One of Khalid Sheikh Mohammed’s lawyers, MAJ Jason Wright, adds two cents, the first regarding the CAT's status under U.S. law.  A defense witness, if called, would testify that a key CAT-based standard applies in U.S. courts, notwithstanding the absence of implementing legislation.  And the Supreme Court has, moreover, upheld customary international law standards, even in settings where treaties haven’t been signed by the president or approved by the Senate.  The court summarizes aloud: so, in the defense's view, the protective order must be modified so as to allow for communication about CAT claims, despite the absence of legislation giving Mohammed and company the right to do that? Correct, answers the attorney.  And we have to pursue that process, he continues, in order to discharge our ability to provide adequate representation, and to protect Mohammed’s rights under the Constitution.

These last two arguments return the military judge once more to his leitmotif: so you want me to enable your client to divulge classified material to third parties?  Okay.  But how would that affect counsel's non-disclosure obligations?  Wright parries a bit, and ultimately answers by highlighting his narrow focus: here, defense counsel is concerned only with this commission case, and not with the decisions of any original classification authority---who, in any case, shouldn’t be covering up war crimes by means of promiscuous classification decisions.  Eventually, Wright acknowledges that, no, he can’t disclose classified material to uncleared folk, protective order or no.  Still, that doesn’t take away from his side’s assault on particular paragraphs of the protective order, which, Wright seems to suggest, go beyond obligations imposed by virtue of defense counsels’ security clearances.  There’s a lot at stake here, Wright goes on.  Recall that an alleged 9/11 co-conspirator was not charged in this case, precisely because the Convening Authority received and credited evidence of that person’s torture.  A bit more, and Wright returns to his seat.

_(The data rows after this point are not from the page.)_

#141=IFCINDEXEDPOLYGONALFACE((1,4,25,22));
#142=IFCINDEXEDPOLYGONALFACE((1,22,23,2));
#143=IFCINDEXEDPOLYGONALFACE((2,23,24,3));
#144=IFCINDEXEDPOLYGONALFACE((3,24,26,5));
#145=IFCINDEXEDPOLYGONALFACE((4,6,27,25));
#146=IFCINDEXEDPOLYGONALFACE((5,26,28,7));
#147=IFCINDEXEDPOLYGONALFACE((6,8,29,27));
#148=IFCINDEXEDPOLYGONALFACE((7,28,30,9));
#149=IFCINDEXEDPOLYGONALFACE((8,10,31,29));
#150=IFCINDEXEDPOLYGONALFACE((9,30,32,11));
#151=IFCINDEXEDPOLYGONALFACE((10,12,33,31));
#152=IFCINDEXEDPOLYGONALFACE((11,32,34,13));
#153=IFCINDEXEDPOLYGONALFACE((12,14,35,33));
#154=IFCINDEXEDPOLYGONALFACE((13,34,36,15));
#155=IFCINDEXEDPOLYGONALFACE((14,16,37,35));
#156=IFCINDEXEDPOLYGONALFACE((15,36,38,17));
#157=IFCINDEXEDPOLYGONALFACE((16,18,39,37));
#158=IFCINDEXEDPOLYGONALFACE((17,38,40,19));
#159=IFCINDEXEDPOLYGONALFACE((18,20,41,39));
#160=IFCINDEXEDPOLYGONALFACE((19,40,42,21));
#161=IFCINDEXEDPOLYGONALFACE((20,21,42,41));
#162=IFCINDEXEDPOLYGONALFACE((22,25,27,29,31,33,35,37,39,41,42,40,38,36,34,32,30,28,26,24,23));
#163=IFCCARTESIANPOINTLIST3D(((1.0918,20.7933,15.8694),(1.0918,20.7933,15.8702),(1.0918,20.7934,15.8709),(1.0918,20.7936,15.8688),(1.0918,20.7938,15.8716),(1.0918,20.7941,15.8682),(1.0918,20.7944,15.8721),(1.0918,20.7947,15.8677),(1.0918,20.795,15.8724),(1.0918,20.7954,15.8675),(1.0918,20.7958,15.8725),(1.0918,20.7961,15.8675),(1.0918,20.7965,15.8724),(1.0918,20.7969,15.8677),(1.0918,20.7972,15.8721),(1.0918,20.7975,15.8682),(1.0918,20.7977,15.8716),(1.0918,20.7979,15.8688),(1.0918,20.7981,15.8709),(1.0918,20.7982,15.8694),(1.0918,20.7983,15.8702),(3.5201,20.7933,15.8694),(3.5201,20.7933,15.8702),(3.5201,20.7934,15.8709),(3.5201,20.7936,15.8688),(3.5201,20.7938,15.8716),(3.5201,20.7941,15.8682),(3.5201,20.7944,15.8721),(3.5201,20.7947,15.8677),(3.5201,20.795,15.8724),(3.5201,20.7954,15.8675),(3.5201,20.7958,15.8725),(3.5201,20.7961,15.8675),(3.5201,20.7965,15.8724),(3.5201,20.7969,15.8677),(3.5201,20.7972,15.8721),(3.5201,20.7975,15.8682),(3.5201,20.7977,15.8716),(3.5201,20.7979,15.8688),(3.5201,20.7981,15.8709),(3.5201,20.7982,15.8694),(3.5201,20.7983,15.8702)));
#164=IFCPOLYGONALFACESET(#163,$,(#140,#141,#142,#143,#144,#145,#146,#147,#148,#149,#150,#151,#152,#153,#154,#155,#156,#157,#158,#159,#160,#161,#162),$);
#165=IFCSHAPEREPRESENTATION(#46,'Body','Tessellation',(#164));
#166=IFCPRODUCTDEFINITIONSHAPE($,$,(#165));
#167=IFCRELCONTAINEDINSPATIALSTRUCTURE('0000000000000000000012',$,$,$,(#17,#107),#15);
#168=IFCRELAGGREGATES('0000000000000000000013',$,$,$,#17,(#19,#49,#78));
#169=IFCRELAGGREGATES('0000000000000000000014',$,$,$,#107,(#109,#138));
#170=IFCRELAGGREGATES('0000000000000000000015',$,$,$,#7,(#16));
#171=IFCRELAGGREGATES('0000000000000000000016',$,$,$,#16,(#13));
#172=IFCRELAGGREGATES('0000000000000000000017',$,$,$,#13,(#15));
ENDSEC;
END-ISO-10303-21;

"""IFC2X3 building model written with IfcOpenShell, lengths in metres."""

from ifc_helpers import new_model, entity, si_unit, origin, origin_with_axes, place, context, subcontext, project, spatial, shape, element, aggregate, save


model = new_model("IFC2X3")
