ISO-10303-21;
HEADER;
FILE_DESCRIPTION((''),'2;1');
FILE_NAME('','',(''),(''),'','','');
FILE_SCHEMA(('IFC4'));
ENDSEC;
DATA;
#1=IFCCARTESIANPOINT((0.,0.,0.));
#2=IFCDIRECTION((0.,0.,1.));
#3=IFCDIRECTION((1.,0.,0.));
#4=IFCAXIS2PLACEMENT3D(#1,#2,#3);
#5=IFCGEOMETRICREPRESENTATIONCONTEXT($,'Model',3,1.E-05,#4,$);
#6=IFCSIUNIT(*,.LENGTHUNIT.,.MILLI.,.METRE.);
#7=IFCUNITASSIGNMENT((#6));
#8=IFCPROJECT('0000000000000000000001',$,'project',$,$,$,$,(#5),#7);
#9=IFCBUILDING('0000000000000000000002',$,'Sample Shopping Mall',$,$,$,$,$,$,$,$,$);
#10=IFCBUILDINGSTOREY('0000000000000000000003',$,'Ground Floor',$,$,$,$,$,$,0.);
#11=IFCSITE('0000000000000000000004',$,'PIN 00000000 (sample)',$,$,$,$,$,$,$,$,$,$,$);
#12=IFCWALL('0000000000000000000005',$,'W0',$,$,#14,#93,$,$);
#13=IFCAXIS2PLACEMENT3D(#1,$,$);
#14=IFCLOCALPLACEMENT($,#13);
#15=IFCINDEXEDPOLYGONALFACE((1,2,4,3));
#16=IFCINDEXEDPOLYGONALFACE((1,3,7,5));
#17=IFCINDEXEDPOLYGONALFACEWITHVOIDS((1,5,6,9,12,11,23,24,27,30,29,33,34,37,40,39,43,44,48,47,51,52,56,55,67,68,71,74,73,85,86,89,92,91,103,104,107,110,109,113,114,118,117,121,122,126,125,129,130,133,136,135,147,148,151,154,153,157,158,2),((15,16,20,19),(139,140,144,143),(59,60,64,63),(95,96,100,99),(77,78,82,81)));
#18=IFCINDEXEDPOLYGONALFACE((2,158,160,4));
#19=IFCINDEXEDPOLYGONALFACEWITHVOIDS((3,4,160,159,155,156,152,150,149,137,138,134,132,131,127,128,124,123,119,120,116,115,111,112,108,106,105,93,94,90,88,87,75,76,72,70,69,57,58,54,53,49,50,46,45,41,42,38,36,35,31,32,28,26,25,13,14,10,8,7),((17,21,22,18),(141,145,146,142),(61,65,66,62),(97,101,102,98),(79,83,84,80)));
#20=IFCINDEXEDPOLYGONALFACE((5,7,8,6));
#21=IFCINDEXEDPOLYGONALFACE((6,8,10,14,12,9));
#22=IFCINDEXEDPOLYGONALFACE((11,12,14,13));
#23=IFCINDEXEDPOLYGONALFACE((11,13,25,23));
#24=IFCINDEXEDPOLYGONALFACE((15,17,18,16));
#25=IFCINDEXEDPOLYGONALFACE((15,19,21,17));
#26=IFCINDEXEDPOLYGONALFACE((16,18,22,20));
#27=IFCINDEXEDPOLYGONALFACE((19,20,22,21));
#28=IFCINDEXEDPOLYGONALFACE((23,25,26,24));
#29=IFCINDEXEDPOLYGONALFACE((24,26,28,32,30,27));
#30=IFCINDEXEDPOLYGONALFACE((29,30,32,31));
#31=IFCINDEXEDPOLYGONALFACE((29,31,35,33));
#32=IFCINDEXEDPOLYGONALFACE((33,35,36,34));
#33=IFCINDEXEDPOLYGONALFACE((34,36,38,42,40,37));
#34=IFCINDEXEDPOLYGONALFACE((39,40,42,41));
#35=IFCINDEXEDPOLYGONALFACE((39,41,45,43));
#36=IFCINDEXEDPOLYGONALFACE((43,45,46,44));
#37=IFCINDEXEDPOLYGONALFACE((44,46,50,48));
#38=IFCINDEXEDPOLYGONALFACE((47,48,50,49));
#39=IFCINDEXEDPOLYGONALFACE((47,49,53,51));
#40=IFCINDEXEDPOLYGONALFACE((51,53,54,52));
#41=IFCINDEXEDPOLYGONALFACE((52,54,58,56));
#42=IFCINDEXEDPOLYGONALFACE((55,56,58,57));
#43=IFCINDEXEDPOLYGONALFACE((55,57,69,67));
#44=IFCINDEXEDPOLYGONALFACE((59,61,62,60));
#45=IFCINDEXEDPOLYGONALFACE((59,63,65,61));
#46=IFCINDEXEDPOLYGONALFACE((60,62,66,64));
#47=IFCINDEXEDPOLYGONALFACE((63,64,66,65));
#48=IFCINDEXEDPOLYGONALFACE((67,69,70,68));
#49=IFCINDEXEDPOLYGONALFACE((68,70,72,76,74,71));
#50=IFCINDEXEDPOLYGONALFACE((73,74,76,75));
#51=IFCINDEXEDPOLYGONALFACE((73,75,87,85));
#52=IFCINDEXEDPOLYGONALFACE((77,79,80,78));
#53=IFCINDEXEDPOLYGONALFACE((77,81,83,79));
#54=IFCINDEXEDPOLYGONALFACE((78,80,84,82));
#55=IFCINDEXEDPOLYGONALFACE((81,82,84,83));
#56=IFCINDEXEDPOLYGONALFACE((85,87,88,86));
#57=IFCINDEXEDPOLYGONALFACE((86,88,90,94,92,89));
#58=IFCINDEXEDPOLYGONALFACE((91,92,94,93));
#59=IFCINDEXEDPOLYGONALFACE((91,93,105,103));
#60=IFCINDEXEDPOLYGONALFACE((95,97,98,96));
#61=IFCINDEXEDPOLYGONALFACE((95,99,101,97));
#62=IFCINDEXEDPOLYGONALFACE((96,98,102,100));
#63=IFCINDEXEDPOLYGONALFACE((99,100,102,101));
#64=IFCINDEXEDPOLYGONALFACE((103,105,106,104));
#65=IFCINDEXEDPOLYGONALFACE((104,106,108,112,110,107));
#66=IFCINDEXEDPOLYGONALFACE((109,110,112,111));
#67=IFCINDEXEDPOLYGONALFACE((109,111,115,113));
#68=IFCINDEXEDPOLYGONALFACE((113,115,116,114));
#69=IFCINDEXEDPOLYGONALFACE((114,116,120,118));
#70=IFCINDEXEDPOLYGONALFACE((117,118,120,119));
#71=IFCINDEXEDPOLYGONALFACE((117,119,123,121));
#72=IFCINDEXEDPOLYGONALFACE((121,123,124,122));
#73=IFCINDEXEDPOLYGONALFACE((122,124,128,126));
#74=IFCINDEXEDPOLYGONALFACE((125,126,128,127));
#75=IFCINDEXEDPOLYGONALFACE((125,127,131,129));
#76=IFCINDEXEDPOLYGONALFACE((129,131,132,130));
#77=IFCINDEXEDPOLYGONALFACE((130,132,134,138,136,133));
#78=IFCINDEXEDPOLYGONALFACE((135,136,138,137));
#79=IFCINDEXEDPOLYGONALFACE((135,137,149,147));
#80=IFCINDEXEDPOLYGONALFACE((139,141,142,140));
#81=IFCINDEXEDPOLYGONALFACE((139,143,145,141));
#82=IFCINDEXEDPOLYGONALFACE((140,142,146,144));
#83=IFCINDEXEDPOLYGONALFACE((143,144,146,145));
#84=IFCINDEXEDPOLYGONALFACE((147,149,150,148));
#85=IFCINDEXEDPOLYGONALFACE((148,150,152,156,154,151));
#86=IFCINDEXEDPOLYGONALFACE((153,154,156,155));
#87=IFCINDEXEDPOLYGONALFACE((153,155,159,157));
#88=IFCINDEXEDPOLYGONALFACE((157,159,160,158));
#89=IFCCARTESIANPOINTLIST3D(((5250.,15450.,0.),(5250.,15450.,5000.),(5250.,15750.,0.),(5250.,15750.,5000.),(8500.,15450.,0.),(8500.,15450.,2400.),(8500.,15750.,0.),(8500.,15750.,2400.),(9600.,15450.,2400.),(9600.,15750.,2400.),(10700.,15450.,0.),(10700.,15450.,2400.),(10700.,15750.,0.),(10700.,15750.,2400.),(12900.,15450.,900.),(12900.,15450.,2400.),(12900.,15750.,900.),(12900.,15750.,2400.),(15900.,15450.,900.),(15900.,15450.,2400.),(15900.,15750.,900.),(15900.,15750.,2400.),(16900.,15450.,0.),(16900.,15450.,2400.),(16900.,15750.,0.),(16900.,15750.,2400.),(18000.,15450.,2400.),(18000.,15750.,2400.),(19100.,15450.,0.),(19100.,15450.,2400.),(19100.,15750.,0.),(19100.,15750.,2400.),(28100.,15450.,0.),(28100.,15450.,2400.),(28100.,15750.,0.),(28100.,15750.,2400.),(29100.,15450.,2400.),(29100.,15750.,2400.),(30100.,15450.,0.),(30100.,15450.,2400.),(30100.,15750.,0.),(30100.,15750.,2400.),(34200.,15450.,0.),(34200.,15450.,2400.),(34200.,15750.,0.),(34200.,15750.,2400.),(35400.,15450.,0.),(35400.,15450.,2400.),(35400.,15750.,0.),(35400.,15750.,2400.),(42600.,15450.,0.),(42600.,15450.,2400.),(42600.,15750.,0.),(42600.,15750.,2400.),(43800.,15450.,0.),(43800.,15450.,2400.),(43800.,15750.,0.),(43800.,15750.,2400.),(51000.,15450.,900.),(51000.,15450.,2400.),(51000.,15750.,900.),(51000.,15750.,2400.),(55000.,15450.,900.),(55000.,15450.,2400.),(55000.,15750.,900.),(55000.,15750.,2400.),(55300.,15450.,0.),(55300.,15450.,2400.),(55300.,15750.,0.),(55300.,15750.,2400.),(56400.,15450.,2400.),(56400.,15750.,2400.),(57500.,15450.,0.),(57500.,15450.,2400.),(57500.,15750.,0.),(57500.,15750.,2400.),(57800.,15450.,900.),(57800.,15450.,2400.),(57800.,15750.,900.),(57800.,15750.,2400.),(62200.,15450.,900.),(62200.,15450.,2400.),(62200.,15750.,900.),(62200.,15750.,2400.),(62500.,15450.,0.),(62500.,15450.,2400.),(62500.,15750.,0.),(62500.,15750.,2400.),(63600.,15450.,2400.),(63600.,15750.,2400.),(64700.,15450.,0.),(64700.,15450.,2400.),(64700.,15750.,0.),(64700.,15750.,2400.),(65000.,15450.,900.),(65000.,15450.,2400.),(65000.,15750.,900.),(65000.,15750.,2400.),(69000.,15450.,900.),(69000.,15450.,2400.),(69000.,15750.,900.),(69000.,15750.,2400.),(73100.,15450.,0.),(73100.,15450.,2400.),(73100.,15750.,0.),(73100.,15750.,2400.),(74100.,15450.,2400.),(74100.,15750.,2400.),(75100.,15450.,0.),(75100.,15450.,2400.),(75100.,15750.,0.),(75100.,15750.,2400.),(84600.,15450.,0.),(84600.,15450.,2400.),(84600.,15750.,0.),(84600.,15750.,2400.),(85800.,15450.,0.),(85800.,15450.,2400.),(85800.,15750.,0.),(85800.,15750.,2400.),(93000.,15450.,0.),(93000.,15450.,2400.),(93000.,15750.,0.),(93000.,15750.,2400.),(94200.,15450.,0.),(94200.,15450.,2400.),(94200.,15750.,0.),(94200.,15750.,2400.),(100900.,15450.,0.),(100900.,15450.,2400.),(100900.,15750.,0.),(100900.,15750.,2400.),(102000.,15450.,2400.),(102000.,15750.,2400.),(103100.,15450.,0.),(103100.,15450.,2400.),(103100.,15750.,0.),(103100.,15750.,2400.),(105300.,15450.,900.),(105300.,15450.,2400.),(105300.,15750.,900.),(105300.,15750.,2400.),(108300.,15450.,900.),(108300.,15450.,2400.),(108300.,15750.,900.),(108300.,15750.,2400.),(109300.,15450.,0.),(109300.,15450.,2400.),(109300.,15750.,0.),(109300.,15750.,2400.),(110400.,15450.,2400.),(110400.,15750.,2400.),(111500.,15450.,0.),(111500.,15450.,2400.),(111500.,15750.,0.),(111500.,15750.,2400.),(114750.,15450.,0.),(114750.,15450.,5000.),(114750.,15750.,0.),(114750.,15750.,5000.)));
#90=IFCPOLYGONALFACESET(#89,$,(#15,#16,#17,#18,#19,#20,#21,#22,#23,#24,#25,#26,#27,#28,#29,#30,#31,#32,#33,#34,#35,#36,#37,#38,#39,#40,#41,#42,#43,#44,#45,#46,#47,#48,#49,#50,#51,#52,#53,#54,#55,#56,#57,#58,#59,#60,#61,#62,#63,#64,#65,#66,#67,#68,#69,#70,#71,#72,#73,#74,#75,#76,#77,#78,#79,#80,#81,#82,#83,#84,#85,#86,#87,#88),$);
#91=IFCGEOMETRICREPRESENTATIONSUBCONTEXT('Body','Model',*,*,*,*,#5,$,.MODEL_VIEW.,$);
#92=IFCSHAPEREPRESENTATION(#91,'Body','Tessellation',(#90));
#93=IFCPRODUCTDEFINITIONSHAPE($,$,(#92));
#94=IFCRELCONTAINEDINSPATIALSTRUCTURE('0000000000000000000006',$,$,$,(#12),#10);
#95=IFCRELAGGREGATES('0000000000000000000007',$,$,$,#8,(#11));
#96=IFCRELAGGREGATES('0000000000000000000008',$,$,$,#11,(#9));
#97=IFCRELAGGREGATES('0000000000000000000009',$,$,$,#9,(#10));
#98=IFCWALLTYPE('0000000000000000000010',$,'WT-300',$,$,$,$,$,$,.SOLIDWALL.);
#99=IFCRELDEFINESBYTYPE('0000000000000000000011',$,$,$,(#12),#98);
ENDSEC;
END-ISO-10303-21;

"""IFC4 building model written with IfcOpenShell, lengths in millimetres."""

from ifc_helpers import new_model, si_unit, frame, origin_with_axes, place, context, subcontext, project, spatial, indexed_curve, outline, extrude, type_object, element, save


model = new_model("IFC4")

# Units and contexts
model_context = context("Model", 3, precision=1e-05, world=origin_with_axes())
body_context = subcontext(model_context, "Body", "Model", "MODEL_VIEW")
ifc_project = project(units=[si_unit("LENGTHUNIT", "METRE", prefix="MILLI")], contexts=[model_context])

# Site, building, storey
site = spatial("IfcSite", under=ifc_project, Name="PIN 00000000 (sample)")
building = spatial("IfcBuilding", under=site, Name="Sample Shopping Mall")
storey = spatial("IfcBuildingStorey", under=building, Name="Ground Floor", Elevation=0.0)

# Wall, openings
wall_type = type_object("IfcWallType", Name="WT-300", PredefinedType="SOLIDWALL")
wall_placement = place(None, frame((5250.0, 15450.0, 0.0), z_axis=(0.0, 0.0, 1.0), x_axis=(1.0, 0.0, 0.0)))
wall = element("IfcWall", 1, at=wall_placement, inside=storey, type_object=wall_type, Name="W0", context=body_context, shape_type="SweptSolid", body=[
    extrude(outline(indexed_curve([(0.0, 0.0), (0.0, 300.0), (109500.0, 300.0), (109500.0, 0.0), (0.0, 0.0)], self_intersect=False)), origin_with_axes(), (0.0, 0.0, 1.0), 5000.0),
])
opening_1_placement = place(wall_placement, frame((50050.0, -100.0, 0.0), z_axis=(0.0, 0.0, 1.0), x_axis=(1.0, 0.0, 0.0)))
element("IfcOpeningElement", 2, at=opening_1_placement, cuts=wall, context=body_context, shape_type="SweptSolid", body=[
    extrude(outline(indexed_curve([(0.0, 0.0), (0.0, 500.0), (1100.0, 500.0), (1100.0, 0.0), (0.0, 0.0)], self_intersect=False)), origin_with_axes(), (0.0, 0.0, 1.0), 2400.0),
])
opening_2_placement = place(wall_placement, frame((51150.0, -100.0, 0.0), z_axis=(0.0, 0.0, 1.0), x_axis=(1.0, 0.0, 0.0)))
element("IfcOpeningElement", 3, at=opening_2_placement, cuts=wall, context=body_context, shape_type="SweptSolid", body=[
    extrude(outline(indexed_curve([(0.0, 0.0), (0.0, 500.0), (1100.0, 500.0), (1100.0, 0.0), (0.0, 0.0)], self_intersect=False)), origin_with_axes(), (0.0, 0.0, 1.0), 2400.0),
])
opening_3_placement = place(wall_placement, frame((57250.0, -100.0, 0.0), z_axis=(0.0, 0.0, 1.0), x_axis=(1.0, 0.0, 0.0)))
element("IfcOpeningElement", 4, at=opening_3_placement, cuts=wall, context=body_context, shape_type="SweptSolid", body=[
    extrude(outline(indexed_curve([(0.0, 0.0), (0.0, 500.0), (1100.0, 500.0), (1100.0, 0.0), (0.0, 0.0)], self_intersect=False)), origin_with_axes(), (0.0, 0.0, 1.0), 2400.0),
])
opening_4_placement = place(wall_placement, frame((58350.0, -100.0, 0.0), z_axis=(0.0, 0.0, 1.0), x_axis=(1.0, 0.0, 0.0)))
element("IfcOpeningElement", 5, at=opening_4_placement, cuts=wall, context=body_context, shape_type="SweptSolid", body=[
    extrude(outline(indexed_curve([(0.0, 0.0), (0.0, 500.0), (1100.0, 500.0), (1100.0, 0.0), (0.0, 0.0)], self_intersect=False)), origin_with_axes(), (0.0, 0.0, 1.0), 2400.0),
])
opening_5_placement = place(wall_placement, frame((3250.0, -100.0, 0.0), z_axis=(0.0, 0.0, 1.0), x_axis=(1.0, 0.0, 0.0)))
element("IfcOpeningElement", 6, at=opening_5_placement, cuts=wall, context=body_context, shape_type="SweptSolid", body=[
    extrude(outline(indexed_curve([(0.0, 0.0), (0.0, 500.0), (1100.0, 500.0), (1100.0, 0.0), (0.0, 0.0)], self_intersect=False)), origin_with_axes(), (0.0, 0.0, 1.0), 2400.0),
])
opening_6_placement = place(wall_placement, frame((4350.0, -100.0, 0.0), z_axis=(0.0, 0.0, 1.0), x_axis=(1.0, 0.0, 0.0)))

Cheryl Bormann leaves hers, and adopts her colleagues’ arguments.  Judge Pohl interrupts, to----surprise---remind her that modification, or even rescission, of the protective order won’t result in counsel’s liberal dissemination of classified material to third parties.  But Bormann presses on, first by pointing out some hypocrisy: the protective order gags defense counsel in a way that, say, the CIA very much hasn’t gagged the enhanced interrogation cheerleader and former CIA official Jose Rodriguez, in his book Hard Measures.  The court asks Bormann, do you think the protective order treats some unclassified material as classified?  It can, she answers, while noting a few protective order paragraphs that need amending.  Among other things, her revisions would conform the protective order to classification guidance, and make clear that Bormann’s execution of the order’s Memorandum of Understanding would not eviscerate rights afforded her client by the CAT.  (She finds the idea of doing that offensive.)  For Bormann, the gist is this: you can’t gag somebody from talking about torture, and then ask to kill them.  But if the government wants to to gag the accused, then the proceedings must be abated, or the death penalty must be taken off the table.  Of course the government can always make this a fair fight, and unilaterally declassify interrogation information---but we know it won’t.  A bit more, and then Bormann concludes.

Ramzi Bin al Shibh’s lawyer, James Harrington, offers up some remarks of his own.  The issue here, he says, is the validity of the protective order: does it violate the CAT?  That’s the way the question must be framed, in Harrington's mind.  The attorney sits, and J. Connell III opts to present his argument later, after the day’s Rule 505(h) session.

We’ll hear from the government at 1:45.  Lunch recess will occupy the period from now until then.

Wells C. Bennett was Managing Editor of Lawfare and a Fellow in National Security Law at the Brookings Institution. Before coming to Brookings, he was an Associate at Arnold & Porter LLP.